Knowledge Discovery in Databases
ÚSI-RTZZDAcad. year: 2020/2021
The course covers the basic concepts concerning knowledge discovery in databases, the relation between knowledge discovery and data mining, data sources for knowledge discovery, the principles and techniques of data pre-processing for mining, systems for knowledge discovery in databases, data mining query languages.

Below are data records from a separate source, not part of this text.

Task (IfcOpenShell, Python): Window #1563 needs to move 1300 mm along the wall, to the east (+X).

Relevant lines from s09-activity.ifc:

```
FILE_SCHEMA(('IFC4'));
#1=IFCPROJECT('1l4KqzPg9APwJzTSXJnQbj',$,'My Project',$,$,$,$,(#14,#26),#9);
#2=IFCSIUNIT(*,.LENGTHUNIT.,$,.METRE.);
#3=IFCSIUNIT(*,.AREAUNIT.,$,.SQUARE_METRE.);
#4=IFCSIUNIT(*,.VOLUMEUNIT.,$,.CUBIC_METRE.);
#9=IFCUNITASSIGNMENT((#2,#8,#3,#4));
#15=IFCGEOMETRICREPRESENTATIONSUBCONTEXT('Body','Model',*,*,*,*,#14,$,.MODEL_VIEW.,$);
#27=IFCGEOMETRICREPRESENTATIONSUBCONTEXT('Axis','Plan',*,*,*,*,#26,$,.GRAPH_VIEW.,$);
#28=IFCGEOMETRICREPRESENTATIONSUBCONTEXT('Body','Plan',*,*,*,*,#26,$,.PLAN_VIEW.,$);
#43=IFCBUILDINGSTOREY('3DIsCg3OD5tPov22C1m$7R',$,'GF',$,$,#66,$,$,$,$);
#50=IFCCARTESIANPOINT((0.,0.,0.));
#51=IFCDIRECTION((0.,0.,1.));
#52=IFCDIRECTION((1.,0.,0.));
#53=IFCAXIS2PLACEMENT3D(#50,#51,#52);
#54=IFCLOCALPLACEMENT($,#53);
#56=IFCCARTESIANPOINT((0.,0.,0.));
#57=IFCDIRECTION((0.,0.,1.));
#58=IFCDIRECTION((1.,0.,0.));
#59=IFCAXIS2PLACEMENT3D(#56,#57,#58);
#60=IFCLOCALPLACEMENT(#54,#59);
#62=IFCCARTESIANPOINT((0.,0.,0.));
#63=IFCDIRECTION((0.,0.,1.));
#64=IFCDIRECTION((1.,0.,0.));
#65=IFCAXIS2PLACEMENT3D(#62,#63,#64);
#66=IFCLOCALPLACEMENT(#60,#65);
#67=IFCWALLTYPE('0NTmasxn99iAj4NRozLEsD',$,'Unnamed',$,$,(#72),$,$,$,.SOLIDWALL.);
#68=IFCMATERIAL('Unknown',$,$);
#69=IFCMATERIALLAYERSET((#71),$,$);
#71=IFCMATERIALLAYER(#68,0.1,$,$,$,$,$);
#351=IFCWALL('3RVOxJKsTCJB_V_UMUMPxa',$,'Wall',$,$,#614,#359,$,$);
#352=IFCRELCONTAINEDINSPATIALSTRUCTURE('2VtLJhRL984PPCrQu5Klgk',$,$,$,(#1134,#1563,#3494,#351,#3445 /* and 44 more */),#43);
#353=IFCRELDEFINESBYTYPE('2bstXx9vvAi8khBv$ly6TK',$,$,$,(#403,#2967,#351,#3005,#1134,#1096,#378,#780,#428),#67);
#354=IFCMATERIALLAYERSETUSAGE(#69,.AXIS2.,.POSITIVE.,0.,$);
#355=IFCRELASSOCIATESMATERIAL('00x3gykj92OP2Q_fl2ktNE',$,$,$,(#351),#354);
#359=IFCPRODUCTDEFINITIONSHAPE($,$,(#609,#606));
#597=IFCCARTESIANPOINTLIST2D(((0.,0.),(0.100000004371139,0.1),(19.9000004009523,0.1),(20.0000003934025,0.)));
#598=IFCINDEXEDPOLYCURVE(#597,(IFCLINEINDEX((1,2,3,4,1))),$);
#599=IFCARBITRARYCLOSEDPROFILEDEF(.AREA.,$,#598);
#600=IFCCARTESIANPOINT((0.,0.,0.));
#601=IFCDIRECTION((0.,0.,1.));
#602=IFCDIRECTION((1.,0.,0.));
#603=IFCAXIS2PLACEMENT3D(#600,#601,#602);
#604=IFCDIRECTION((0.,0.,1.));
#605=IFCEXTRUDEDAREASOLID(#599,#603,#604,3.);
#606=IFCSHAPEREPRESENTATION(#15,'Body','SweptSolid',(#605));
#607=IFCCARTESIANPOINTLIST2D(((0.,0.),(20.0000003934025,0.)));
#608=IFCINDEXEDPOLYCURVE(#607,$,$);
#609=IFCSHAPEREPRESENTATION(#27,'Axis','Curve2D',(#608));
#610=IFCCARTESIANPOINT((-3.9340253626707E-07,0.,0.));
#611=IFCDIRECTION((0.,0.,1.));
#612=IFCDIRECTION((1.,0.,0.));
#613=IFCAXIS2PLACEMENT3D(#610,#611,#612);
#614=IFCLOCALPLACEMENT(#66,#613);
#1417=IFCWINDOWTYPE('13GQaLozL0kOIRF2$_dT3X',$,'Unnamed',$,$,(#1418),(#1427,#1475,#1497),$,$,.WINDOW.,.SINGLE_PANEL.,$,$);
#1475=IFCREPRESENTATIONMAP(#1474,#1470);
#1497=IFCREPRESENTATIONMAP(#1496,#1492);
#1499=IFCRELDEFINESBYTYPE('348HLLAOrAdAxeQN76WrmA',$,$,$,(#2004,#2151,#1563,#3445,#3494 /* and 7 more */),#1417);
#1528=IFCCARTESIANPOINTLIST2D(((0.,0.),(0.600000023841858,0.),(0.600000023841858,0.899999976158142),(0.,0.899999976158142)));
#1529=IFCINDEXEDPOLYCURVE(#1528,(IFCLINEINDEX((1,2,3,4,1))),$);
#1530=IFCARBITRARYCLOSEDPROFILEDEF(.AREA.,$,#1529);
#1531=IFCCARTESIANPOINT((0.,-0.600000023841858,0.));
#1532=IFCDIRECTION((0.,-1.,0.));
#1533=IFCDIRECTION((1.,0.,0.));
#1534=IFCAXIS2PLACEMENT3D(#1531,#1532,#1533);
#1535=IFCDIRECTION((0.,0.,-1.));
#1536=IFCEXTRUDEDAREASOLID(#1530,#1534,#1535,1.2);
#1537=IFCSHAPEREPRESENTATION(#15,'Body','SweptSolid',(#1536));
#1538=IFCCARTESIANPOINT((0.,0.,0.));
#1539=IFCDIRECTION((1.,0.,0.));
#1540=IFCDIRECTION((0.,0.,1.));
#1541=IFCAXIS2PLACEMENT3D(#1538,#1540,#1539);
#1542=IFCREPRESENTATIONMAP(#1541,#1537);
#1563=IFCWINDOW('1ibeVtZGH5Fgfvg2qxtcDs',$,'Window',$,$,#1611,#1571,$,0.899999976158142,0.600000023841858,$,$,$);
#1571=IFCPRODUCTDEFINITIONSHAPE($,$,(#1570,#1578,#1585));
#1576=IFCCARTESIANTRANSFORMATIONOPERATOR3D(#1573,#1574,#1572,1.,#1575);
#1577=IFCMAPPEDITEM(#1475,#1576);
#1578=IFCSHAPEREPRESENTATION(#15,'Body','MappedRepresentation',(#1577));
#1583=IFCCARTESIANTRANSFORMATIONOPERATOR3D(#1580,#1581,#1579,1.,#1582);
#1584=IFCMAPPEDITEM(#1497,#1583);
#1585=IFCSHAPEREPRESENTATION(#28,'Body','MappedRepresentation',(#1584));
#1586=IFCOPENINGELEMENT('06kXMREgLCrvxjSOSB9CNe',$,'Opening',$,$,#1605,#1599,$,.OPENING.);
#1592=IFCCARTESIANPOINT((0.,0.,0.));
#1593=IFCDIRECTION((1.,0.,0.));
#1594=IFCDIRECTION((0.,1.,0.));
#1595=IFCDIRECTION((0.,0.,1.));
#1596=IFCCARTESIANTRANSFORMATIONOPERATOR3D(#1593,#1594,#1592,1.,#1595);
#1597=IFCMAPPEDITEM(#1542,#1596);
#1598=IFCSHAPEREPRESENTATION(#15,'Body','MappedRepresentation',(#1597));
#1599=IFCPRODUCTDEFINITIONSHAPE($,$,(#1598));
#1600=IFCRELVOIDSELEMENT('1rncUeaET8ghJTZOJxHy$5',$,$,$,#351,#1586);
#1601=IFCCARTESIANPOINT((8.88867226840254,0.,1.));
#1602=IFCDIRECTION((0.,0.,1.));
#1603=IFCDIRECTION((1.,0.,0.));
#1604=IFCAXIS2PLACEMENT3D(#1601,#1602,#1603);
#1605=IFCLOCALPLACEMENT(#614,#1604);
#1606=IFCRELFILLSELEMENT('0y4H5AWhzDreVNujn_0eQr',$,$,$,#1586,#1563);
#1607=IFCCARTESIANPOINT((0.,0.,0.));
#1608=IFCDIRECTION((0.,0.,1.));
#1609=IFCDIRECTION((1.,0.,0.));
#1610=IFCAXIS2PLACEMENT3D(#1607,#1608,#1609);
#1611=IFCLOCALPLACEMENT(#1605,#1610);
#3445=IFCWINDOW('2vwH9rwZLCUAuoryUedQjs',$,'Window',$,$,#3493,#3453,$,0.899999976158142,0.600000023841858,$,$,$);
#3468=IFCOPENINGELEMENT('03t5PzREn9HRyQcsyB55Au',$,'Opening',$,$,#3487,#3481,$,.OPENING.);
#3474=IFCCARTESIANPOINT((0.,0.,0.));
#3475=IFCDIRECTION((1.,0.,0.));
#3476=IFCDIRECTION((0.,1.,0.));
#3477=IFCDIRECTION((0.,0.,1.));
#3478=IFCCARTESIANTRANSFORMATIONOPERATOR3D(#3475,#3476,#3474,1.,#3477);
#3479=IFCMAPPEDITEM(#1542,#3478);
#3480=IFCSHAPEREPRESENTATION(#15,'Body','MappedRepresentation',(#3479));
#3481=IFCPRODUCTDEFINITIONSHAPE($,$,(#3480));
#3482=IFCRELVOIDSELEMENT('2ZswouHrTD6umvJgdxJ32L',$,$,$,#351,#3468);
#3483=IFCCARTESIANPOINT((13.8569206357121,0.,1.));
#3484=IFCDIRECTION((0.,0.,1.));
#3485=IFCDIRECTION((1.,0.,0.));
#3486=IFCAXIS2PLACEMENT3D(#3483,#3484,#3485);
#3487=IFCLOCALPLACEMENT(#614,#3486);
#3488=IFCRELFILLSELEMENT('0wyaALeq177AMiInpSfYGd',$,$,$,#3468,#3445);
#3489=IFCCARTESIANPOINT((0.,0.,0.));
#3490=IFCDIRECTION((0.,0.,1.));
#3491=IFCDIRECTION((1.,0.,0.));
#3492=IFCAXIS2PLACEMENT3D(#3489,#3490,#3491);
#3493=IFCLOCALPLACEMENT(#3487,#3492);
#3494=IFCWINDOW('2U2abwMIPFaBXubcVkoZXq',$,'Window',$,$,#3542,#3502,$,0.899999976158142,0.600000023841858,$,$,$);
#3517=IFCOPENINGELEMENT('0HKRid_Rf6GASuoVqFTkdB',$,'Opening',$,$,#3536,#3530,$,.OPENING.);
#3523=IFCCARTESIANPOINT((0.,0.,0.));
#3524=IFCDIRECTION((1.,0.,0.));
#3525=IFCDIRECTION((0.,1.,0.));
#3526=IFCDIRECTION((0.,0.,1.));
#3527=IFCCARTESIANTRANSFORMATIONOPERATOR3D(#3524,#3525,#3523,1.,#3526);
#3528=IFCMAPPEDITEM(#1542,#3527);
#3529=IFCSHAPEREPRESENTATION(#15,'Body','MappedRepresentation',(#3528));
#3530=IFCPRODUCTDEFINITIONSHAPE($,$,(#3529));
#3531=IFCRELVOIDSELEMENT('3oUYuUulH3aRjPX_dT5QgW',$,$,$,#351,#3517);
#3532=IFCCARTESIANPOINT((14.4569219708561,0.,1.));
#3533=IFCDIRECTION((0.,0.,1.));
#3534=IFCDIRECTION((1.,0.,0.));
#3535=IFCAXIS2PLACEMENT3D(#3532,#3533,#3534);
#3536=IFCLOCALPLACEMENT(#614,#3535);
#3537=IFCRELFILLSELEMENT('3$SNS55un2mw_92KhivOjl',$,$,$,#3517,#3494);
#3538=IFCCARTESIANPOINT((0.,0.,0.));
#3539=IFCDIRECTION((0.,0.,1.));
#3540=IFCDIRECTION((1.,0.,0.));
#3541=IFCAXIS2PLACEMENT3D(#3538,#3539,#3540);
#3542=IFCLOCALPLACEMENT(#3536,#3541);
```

```python
import ifcopenshell
import ifcopenshell.api.geometry
import ifcopenshell.util.placement
import ifcopenshell.util.unit

model = ifcopenshell.open("s09-activity.ifc")
unit_scale = ifcopenshell.util.unit.calculate_unit_scale(model)

window = model.by_guid("1ibeVtZGH5Fgfvg2qxtcDs")
opening = window.FillsVoids[0].RelatingOpeningElement
wall = opening.VoidsElements[0].RelatingBuildingElement

wall_matrix = ifcopenshell.util.placement.get_local_placement(wall.ObjectPlacement)
shift = wall_matrix[:3, 0] * 1.3 / unit_scale
before = ifcopenshell.util.placement.get_local_placement(window.ObjectPlacement)[:3, 3].copy()

# The window is placed relative to its opening, so it follows when the opening moves.
matrix = ifcopenshell.util.placement.get_local_placement(opening.ObjectPlacement)
matrix[:3, 3] += shift
ifcopenshell.api.geometry.edit_object_placement(
    model, product=opening, matrix=matrix, is_si=False, should_transform_children=True
)

after = ifcopenshell.util.placement.get_local_placement(window.ObjectPlacement)[:3, 3]
print("window moved by", (after - before).round(3) + 0.0)

model.write("s09-activity_v2.ifc")
```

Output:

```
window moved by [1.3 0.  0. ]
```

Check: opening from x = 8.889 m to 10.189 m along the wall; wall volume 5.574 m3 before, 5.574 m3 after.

It also focuses on data mining techniques – characterization and discrimination, association rules, classification and prediction, clustering, complex data type mining, trends in data mining. The production of a data mining project using an available data mining tool.
Learning outcomes of the course unit
Students will gain a wide yet sufficiently deep overview of the field of knowledge acquisition from databases.
They will be able to both use and develop tools for knowledge acquisition.
Students will learn specialised terminology in both Czech and English.
Students will gain experience with working on projects in a small team.
Students will improve their skills in the area of the presentation and defence of project results.
Recommended optional programme components
Recommended or required reading
Han, J., Kamber, M.: Data Mining: Concepts and Techniques. Second Edition. Elsevier Inc., 2006, 770 p., ISBN 1-55860-901-3.
Berka, P.: Dobývání znalostí za databází. Academia, 2003, 366 s., ISBN 80-200-1062-9.
Dunham, M.H.: Data Mining. Introductory and Advanced Topics. Pearson Education, Inc., 2003, 315 p.
Zendulka, J. a kol.: Získávání znalostí z databází. FIT VUT v Brně, 160 s., 2009.
Zendulka, J., Kunc, M., Stryka, L.: Získávání znalostí z databází. FIT. Extrakce informací a získávání znalostí na Webu. FIT VUT v Brně, 65 s., 2010.
Planned learning activities and teaching methods
Tuition takes place via lectures and seminars. The lectures focus on the explanation of basic principles, the methods of the given discipline, problems and example solutions.
Assesment methods and criteria linked to learning outcomes
A mid-semester written exam, formulation of a data-mining task, defence of a project. The credit is awarded on the basis of the completion of a project, and the attainment of at least 24 points for graded activities during the semester.
Language of instruction
1. Introduction – motivation, fundamental concepts, types of data source and acquired knowledge, methodology.
2. Data Warehouse and OLAP Technology for knowledge discovery.
3. Data Preparation – methods.
4. Data Preparation – data characteristics.
5. Mining frequent patterns and associations - basic concepts, efficient and scalable frequent item set rummaging methods.
6. Multi-level association rules, association rummaging and correlation analysis, constraint-based association rules.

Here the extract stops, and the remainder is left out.